PROMPT: What follows is a set of entries; retype all of them exactly.

=====

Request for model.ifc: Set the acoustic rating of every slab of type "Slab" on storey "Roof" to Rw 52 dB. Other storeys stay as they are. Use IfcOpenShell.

First a look at what the model holds.

```python
import ifcopenshell
import ifcopenshell.util.element

model = ifcopenshell.open("model.ifc")
print(model.schema)
storey = next(s for s in model.by_type("IfcBuildingStorey") if s.Name == "Roof")
slabs = [e for e in ifcopenshell.util.element.get_decomposition(storey) if e.is_a("IfcSlab")]
seen = {}
for e in slabs:
    element_type = ifcopenshell.util.element.get_type(e)
    key = (element_type.Name if element_type != e and element_type else None, ifcopenshell.util.element.get_pset(e, "Pset_SlabCommon", "AcousticRating"))
    seen[key] = seen.get(key, 0) + 1
for (name, value), count in sorted(seen.items(), key=str):
    print(count, "x", name, "|", value)
```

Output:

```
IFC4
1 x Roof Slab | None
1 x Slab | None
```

```python
import ifcopenshell
import ifcopenshell.api.pset
import ifcopenshell.util.element

model = ifcopenshell.open("model.ifc")

storey = next(s for s in model.by_type("IfcBuildingStorey") if s.Name == "Roof")
slabs = [e for e in ifcopenshell.util.element.get_decomposition(storey) if e.is_a("IfcSlab")]

count = 0
for e in slabs:
    element_type = ifcopenshell.util.element.get_type(e)
    if element_type in (None, e) or element_type.Name != "Slab":
        continue
    # add_pset returns the element's existing set when there is one.
    pset = ifcopenshell.api.pset.add_pset(model, product=e, name="Pset_SlabCommon")
    ifcopenshell.api.pset.edit_pset(model, pset=pset, properties={"AcousticRating": "Rw 52 dB"})
    count += 1

print(count, "slabs updated")

model.write("model_v2.ifc")
```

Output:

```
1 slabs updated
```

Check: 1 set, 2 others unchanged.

=====

COMPLETED EXERCISE:
Request for model.ifc: Set the acoustic rating of every slab of type "Slab" on storey "Roof" to Rw 52 dB. Other storeys stay as they are. Use IfcOpenShell.

First a look at what the model holds.

```python
import ifcopenshell
import ifcopenshell.util.element

model = ifcopenshell.open("model.ifc")
print(model.schema)
storey = next(s for s in model.by_type("IfcBuildingStorey") if s.Name == "Roof")
slabs = [e for e in ifcopenshell.util.element.get_decomposition(storey) if e.is_a("IfcSlab")]
seen = {}
for e in slabs:
    element_type = ifcopenshell.util.element.get_type(e)
    key = (element_type.Name if element_type != e and element_type else None, ifcopenshell.util.element.get_pset(e, "Pset_SlabCommon", "AcousticRating"))
    seen[key] = seen.get(key, 0) + 1
for (name, value), count in sorted(seen.items(), key=str):
    print(count, "x", name, "|", value)
```

Output:

```
IFC4
1 x Roof Slab | None
1 x Slab | None
```

```python
import ifcopenshell
import ifcopenshell.api.pset
import ifcopenshell.util.element

model = ifcopenshell.open("model.ifc")

storey = next(s for s in model.by_type("IfcBuildingStorey") if s.Name == "Roof")
slabs = [e for e in ifcopenshell.util.element.get_decomposition(storey) if e.is_a("IfcSlab")]

count = 0
for e in slabs:
    element_type = ifcopenshell.util.element.get_type(e)
    if element_type in (None, e) or element_type.Name != "Slab":
        continue
    # add_pset returns the element's existing set when there is one.
    pset = ifcopenshell.api.pset.add_pset(model, product=e, name="Pset_SlabCommon")
    ifcopenshell.api.pset.edit_pset(model, pset=pset, properties={"AcousticRating": "Rw 52 dB"})
    count += 1

print(count, "slabs updated")

model.write("model_v2.ifc")
```

Output:

```
1 slabs updated
```

Check: 1 set, 2 others unchanged.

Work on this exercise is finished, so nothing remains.